As is the case with all matters of policy, while they are kept under review on a continuous basis I do not have any plans at this time to revise these pension arrangements.  

It is important to point out that a very significant and comprehensive package of measures has already been put in place to assist individuals and businesses impacted by the COVID-19 pandemic. This includes the Employment Wage Subsidy Scheme (EWSS), the Pandemic Unemployment Payment (PUP), bank-related forbearance measures, and various other Government supports that were announced in the July Stimulus Package and in Budget 2021, such as the Re-Start Grants, Credit Guarantee Scheme, Covid Restrictions Support Scheme (CRSS) and the VAT reduction from 13.5% to 9%.

Banking Sector

Ceisteanna (63, 65)

Catherine Murphy

Ceist:

63. Deputy Catherine Murphy asked the Minister for Finance if he or his officials have engaged with and or corresponded with a bank (details supplied) and or a service in relation to the possibility of the bank withdrawing from the Irish banking market [32207/20]

Amharc ar fhreagra

Pearse Doherty

Ceist:

65. Deputy Pearse Doherty asked the Minister for Finance the discussions he has had with a bank (details supplied) regarding the reported closure of its branches and operations; and if he will make a statement on the matter. [32250/20]

Amharc ar fhreagra

Freagraí scríofa

I propose to take Questions Nos. 63 and 65 together.

I became aware that NatWest is engaged in a strategic review of its operations, including those of its subsidiary, Ulster Bank, thanks to media reports published last month.  Following these media reports, officials from my Department contacted Ulster Bank and NatWest.

Yesterday, I met with representatives of Ulster Bank.

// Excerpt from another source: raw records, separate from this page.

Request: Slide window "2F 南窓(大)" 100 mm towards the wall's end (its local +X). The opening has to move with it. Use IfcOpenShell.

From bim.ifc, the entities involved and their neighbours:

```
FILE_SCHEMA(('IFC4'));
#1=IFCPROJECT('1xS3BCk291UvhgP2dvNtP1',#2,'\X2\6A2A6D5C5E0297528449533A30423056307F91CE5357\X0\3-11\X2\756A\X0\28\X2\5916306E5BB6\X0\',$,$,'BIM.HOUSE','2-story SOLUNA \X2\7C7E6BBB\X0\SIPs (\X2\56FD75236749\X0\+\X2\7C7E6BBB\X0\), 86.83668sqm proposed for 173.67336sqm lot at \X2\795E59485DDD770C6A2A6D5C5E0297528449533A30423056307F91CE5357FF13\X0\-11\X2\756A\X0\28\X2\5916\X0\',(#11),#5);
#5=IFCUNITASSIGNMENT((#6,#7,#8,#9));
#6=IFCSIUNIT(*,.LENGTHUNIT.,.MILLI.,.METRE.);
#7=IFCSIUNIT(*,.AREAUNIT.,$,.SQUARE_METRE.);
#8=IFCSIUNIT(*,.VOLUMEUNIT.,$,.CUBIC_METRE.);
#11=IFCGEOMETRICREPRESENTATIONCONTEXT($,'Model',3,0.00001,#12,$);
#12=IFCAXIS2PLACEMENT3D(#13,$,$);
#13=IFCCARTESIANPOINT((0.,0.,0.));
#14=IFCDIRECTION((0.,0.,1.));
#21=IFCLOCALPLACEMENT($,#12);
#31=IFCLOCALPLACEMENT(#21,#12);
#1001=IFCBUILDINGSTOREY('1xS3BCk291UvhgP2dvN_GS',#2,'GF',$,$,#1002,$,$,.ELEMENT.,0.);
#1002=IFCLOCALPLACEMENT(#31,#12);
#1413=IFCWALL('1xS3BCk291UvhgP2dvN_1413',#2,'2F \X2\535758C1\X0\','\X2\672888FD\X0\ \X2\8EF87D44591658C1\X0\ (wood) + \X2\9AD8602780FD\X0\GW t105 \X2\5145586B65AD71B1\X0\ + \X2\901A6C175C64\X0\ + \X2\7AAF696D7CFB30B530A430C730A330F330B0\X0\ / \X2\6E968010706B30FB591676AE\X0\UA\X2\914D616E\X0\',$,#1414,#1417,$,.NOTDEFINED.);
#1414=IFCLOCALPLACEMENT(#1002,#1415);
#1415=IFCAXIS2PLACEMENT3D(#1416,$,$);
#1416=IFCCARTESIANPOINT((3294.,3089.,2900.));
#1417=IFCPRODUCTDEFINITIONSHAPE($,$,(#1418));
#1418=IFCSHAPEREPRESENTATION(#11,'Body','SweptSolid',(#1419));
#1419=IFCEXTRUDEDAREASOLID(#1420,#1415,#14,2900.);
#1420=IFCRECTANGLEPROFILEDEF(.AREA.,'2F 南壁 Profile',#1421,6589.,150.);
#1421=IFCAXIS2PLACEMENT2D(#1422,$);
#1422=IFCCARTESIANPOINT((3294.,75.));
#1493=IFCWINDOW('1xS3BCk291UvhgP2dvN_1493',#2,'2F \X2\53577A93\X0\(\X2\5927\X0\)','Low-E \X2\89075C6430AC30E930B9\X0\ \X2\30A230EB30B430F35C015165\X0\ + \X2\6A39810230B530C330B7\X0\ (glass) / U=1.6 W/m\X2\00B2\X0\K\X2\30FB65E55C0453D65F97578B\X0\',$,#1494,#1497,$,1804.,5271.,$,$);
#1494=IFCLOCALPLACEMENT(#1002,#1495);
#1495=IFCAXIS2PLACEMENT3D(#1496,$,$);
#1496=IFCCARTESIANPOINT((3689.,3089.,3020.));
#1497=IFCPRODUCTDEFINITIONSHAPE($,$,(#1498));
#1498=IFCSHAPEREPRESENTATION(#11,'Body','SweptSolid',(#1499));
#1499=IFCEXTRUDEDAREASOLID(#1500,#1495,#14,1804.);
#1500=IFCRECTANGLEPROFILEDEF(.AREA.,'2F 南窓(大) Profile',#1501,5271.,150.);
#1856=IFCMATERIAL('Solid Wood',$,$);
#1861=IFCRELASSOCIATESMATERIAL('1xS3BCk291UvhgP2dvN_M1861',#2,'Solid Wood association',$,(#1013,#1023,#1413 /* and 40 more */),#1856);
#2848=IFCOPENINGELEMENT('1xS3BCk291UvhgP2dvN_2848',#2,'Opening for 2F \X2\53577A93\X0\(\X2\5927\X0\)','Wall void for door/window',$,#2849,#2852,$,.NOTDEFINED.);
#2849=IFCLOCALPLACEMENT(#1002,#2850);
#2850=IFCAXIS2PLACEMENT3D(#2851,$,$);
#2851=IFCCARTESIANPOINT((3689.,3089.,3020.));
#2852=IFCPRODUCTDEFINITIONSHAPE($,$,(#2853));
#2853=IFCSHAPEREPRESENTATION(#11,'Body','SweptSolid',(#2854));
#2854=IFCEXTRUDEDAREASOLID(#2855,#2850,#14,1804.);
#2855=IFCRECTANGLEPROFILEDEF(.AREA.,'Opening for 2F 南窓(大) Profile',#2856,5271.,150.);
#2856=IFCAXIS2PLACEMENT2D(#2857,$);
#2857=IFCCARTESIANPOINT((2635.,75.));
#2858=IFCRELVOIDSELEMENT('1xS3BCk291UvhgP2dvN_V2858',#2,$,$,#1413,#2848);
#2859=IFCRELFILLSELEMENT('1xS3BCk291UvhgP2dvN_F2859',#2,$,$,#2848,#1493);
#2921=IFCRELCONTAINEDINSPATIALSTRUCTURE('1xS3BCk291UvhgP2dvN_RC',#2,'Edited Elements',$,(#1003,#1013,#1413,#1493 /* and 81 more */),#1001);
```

```python
import ifcopenshell
import ifcopenshell.api.geometry
import ifcopenshell.util.placement
import ifcopenshell.util.unit

model = ifcopenshell.open("bim.ifc")
unit_scale = ifcopenshell.util.unit.calculate_unit_scale(model)

window = model.by_guid("1xS3BCk291UvhgP2dvN_1493")
opening = window.FillsVoids[0].RelatingOpeningElement
wall = opening.VoidsElements[0].RelatingBuildingElement

wall_matrix = ifcopenshell.util.placement.get_local_placement(wall.ObjectPlacement)
shift = wall_matrix[:3, 0] * 0.1 / unit_scale
before = ifcopenshell.util.placement.get_local_placement(window.ObjectPlacement)[:3, 3].copy()

# The window is not placed relative to its opening, so move both.
for product in (opening, window):
    matrix = ifcopenshell.util.placement.get_local_placement(product.ObjectPlacement)
    matrix[:3, 3] += shift
    ifcopenshell.api.geometry.edit_object_placement(model, product=product, matrix=matrix, is_si=False)

after = ifcopenshell.util.placement.get_local_placement(window.ObjectPlacement)[:3, 3]
print("window moved by", (after - before).round(3) + 0.0)

model.write("bim_rev.ifc")
```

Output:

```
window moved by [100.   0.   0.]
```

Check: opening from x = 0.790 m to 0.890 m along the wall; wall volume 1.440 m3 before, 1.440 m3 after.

I outlined that I expected that staff, customers and other stakeholders would be informed promptly about any decisions being made. In particular, I asked that staff representatives will be consulted and kept informed of developments. I also emphasised the importance of Ulster Bank to the Irish financial services market, to the wider economy and to the communities it serves.

Ulster Bank confirmed that the strategic review is ongoing and that no decision has yet been taken. Ulster Bank also confirmed that there is no set timetable for this review and that it is fully aware of the strategically important role that Ulster Bank plays in the provision of financial services to the Irish market.

While I will have further engagement with the bank as the review process continues, I would like to emphasise that I have no role in the review or any commercial decisions arising from it.

Covid-19 Pandemic Supports

Ceisteanna (64)

Bríd Smith

Ceist:

64. Deputy Bríd Smith asked the Minister for Finance when he will publish the list of companies that availed of the temporary wage subsidy scheme; if this list will detail the amount of funds claimed in each case; and if he will make a statement on the matter. [32231/20]

Amharc ar fhreagra

Freagraí scríofa

Revenue has advised me that it anticipates publishing the list of employers that availed of the Temporary Wage Subsidy Scheme (TWSS) by end October 2020, in accordance with Section 28 of the Emergency Measures in the Public Interest (Covid-19) Act 2020. The published list will include the names and addresses of recipient employers but will not include the subsidy amounts paid as there is no legislative basis to provide such information.

Question No. 65 answered with Question No. 63.